(Saved data entries)
.....

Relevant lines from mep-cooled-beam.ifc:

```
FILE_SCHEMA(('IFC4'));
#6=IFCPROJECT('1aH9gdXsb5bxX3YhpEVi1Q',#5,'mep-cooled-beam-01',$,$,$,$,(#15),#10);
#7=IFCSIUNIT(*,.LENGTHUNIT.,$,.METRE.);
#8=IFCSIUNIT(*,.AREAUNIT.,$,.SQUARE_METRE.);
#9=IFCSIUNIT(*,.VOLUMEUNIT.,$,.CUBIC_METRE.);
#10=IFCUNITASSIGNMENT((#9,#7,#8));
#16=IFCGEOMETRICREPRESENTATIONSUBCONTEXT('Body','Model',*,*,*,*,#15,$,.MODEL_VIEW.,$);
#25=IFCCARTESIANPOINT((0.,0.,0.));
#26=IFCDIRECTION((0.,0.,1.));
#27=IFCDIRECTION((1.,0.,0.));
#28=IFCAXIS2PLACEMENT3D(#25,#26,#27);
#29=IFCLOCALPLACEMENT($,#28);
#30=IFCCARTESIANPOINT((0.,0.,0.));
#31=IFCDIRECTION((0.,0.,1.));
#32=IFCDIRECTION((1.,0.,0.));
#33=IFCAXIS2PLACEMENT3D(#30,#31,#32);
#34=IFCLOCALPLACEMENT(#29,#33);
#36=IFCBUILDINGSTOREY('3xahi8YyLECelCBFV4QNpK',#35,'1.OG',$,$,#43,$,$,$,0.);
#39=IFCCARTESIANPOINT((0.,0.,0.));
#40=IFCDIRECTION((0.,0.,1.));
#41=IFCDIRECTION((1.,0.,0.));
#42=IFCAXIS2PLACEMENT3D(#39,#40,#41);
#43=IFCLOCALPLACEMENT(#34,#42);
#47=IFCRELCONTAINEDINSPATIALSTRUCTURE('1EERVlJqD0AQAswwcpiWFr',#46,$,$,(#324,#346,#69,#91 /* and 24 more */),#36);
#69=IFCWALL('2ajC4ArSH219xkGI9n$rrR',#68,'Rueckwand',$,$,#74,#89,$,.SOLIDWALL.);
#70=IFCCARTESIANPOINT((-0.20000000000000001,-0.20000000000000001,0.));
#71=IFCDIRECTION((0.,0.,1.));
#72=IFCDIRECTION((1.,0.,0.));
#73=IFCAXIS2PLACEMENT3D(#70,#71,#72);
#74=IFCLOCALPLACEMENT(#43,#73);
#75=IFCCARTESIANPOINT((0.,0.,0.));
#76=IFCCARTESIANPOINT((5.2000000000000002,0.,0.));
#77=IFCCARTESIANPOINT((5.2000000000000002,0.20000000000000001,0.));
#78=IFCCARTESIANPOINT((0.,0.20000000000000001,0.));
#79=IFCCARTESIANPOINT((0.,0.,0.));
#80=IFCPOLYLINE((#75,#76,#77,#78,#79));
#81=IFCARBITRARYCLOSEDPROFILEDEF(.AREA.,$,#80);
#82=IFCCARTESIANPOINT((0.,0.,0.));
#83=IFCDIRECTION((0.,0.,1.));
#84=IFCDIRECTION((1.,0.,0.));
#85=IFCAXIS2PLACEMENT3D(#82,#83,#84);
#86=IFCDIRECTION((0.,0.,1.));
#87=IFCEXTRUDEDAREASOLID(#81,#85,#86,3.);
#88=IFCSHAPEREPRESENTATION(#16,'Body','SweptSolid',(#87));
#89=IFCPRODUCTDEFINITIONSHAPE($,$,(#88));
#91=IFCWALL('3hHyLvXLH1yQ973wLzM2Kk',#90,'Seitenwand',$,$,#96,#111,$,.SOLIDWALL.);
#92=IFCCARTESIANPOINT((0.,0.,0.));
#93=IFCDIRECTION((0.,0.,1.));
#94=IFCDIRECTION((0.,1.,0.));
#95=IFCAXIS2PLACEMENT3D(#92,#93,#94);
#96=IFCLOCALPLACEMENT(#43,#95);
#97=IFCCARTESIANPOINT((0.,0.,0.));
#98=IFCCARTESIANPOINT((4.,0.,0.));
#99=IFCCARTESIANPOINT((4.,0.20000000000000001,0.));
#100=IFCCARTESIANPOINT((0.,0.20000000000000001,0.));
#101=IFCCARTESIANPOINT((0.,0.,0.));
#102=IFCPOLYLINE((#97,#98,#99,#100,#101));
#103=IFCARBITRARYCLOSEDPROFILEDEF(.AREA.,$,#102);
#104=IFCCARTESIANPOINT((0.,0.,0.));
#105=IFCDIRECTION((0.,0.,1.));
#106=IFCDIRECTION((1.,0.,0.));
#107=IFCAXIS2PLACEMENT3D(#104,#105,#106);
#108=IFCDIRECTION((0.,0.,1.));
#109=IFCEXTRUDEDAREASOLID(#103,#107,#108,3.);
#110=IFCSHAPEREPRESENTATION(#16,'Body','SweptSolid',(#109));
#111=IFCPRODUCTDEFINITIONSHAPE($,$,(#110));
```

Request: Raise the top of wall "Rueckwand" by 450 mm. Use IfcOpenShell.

```python
import ifcopenshell
import ifcopenshell.geom
import ifcopenshell.util.representation
import ifcopenshell.util.shape
import ifcopenshell.util.unit

model = ifcopenshell.open("mep-cooled-beam.ifc")
unit_scale = ifcopenshell.util.unit.calculate_unit_scale(model)
settings = ifcopenshell.geom.settings()


def volume(element):
    """Net volume in cubic metres, openings subtracted."""
    shape = ifcopenshell.geom.create_shape(settings, element)
    return ifcopenshell.util.shape.get_volume(shape.geometry)


wall = model.by_guid("2ajC4ArSH219xkGI9n$rrR")
before = volume(wall)

body = ifcopenshell.util.representation.get_representation(wall, "Model", "Body")
solid = body.Items[0]
old_height = solid.Depth
solid.Depth += 0.45 / unit_scale
after = volume(wall)

print(f"height {old_height:g} -> {solid.Depth:g}, volume {before:.3f} -> {after:.3f} m3")

model.write("mep-cooled-beam_rev.ifc")
```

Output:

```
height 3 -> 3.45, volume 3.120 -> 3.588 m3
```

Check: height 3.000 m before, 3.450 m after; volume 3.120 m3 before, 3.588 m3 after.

.....

Task prompt:
Set down the records again without altering a word.

Task response:
Relevant lines from mep-cooled-beam.ifc:

```
FILE_SCHEMA(('IFC4'));
#6=IFCPROJECT('1aH9gdXsb5bxX3YhpEVi1Q',#5,'mep-cooled-beam-01',$,$,$,$,(#15),#10);
#7=IFCSIUNIT(*,.LENGTHUNIT.,$,.METRE.);
#8=IFCSIUNIT(*,.AREAUNIT.,$,.SQUARE_METRE.);
#9=IFCSIUNIT(*,.VOLUMEUNIT.,$,.CUBIC_METRE.);
#10=IFCUNITASSIGNMENT((#9,#7,#8));
#16=IFCGEOMETRICREPRESENTATIONSUBCONTEXT('Body','Model',*,*,*,*,#15,$,.MODEL_VIEW.,$);
#25=IFCCARTESIANPOINT((0.,0.,0.));
#26=IFCDIRECTION((0.,0.,1.));
#27=IFCDIRECTION((1.,0.,0.));
#28=IFCAXIS2PLACEMENT3D(#25,#26,#27);
#29=IFCLOCALPLACEMENT($,#28);
#30=IFCCARTESIANPOINT((0.,0.,0.));
#31=IFCDIRECTION((0.,0.,1.));
#32=IFCDIRECTION((1.,0.,0.));
#33=IFCAXIS2PLACEMENT3D(#30,#31,#32);
#34=IFCLOCALPLACEMENT(#29,#33);
#36=IFCBUILDINGSTOREY('3xahi8YyLECelCBFV4QNpK',#35,'1.OG',$,$,#43,$,$,$,0.);
#39=IFCCARTESIANPOINT((0.,0.,0.));
#40=IFCDIRECTION((0.,0.,1.));
#41=IFCDIRECTION((1.,0.,0.));
#42=IFCAXIS2PLACEMENT3D(#39,#40,#41);
#43=IFCLOCALPLACEMENT(#34,#42);
#47=IFCRELCONTAINEDINSPATIALSTRUCTURE('1EERVlJqD0AQAswwcpiWFr',#46,$,$,(#324,#346,#69,#91 /* and 24 more */),#36);
#69=IFCWALL('2ajC4ArSH219xkGI9n$rrR',#68,'Rueckwand',$,$,#74,#89,$,.SOLIDWALL.);
#70=IFCCARTESIANPOINT((-0.20000000000000001,-0.20000000000000001,0.));
#71=IFCDIRECTION((0.,0.,1.));
#72=IFCDIRECTION((1.,0.,0.));
#73=IFCAXIS2PLACEMENT3D(#70,#71,#72);
#74=IFCLOCALPLACEMENT(#43,#73);
#75=IFCCARTESIANPOINT((0.,0.,0.));
#76=IFCCARTESIANPOINT((5.2000000000000002,0.,0.));
#77=IFCCARTESIANPOINT((5.2000000000000002,0.20000000000000001,0.));
#78=IFCCARTESIANPOINT((0.,0.20000000000000001,0.));
#79=IFCCARTESIANPOINT((0.,0.,0.));
#80=IFCPOLYLINE((#75,#76,#77,#78,#79));
#81=IFCARBITRARYCLOSEDPROFILEDEF(.AREA.,$,#80);
#82=IFCCARTESIANPOINT((0.,0.,0.));
#83=IFCDIRECTION((0.,0.,1.));
#84=IFCDIRECTION((1.,0.,0.));
#85=IFCAXIS2PLACEMENT3D(#82,#83,#84);
#86=IFCDIRECTION((0.,0.,1.));
#87=IFCEXTRUDEDAREASOLID(#81,#85,#86,3.);
#88=IFCSHAPEREPRESENTATION(#16,'Body','SweptSolid',(#87));
#89=IFCPRODUCTDEFINITIONSHAPE($,$,(#88));
#91=IFCWALL('3hHyLvXLH1yQ973wLzM2Kk',#90,'Seitenwand',$,$,#96,#111,$,.SOLIDWALL.);
#92=IFCCARTESIANPOINT((0.,0.,0.));
#93=IFCDIRECTION((0.,0.,1.));
#94=IFCDIRECTION((0.,1.,0.));
#95=IFCAXIS2PLACEMENT3D(#92,#93,#94);
#96=IFCLOCALPLACEMENT(#43,#95);
#97=IFCCARTESIANPOINT((0.,0.,0.));
#98=IFCCARTESIANPOINT((4.,0.,0.));
#99=IFCCARTESIANPOINT((4.,0.20000000000000001,0.));
#100=IFCCARTESIANPOINT((0.,0.20000000000000001,0.));
#101=IFCCARTESIANPOINT((0.,0.,0.));
#102=IFCPOLYLINE((#97,#98,#99,#100,#101));
#103=IFCARBITRARYCLOSEDPROFILEDEF(.AREA.,$,#102);
#104=IFCCARTESIANPOINT((0.,0.,0.));
#105=IFCDIRECTION((0.,0.,1.));
#106=IFCDIRECTION((1.,0.,0.));
#107=IFCAXIS2PLACEMENT3D(#104,#105,#106);
#108=IFCDIRECTION((0.,0.,1.));
#109=IFCEXTRUDEDAREASOLID(#103,#107,#108,3.);
#110=IFCSHAPEREPRESENTATION(#16,'Body','SweptSolid',(#109));
#111=IFCPRODUCTDEFINITIONSHAPE($,$,(#110));
```

Request: Raise the top of wall "Rueckwand" by 450 mm. Use IfcOpenShell.

```python
import ifcopenshell
import ifcopenshell.geom
import ifcopenshell.util.representation
import ifcopenshell.util.shape
import ifcopenshell.util.unit

model = ifcopenshell.open("mep-cooled-beam.ifc")
unit_scale = ifcopenshell.util.unit.calculate_unit_scale(model)
settings = ifcopenshell.geom.settings()


def volume(element):
    """Net volume in cubic metres, openings subtracted."""
    shape = ifcopenshell.geom.create_shape(settings, element)
    return ifcopenshell.util.shape.get_volume(shape.geometry)


wall = model.by_guid("2ajC4ArSH219xkGI9n$rrR")
before = volume(wall)

body = ifcopenshell.util.representation.get_representation(wall, "Model", "Body")
solid = body.Items[0]
old_height = solid.Depth
solid.Depth += 0.45 / unit_scale
after = volume(wall)

print(f"height {old_height:g} -> {solid.Depth:g}, volume {before:.3f} -> {after:.3f} m3")

model.write("mep-cooled-beam_rev.ifc")
```

Output:

```
height 3 -> 3.45, volume 3.120 -> 3.588 m3
```

Check: height 3.000 m before, 3.450 m after; volume 3.120 m3 before, 3.588 m3 after.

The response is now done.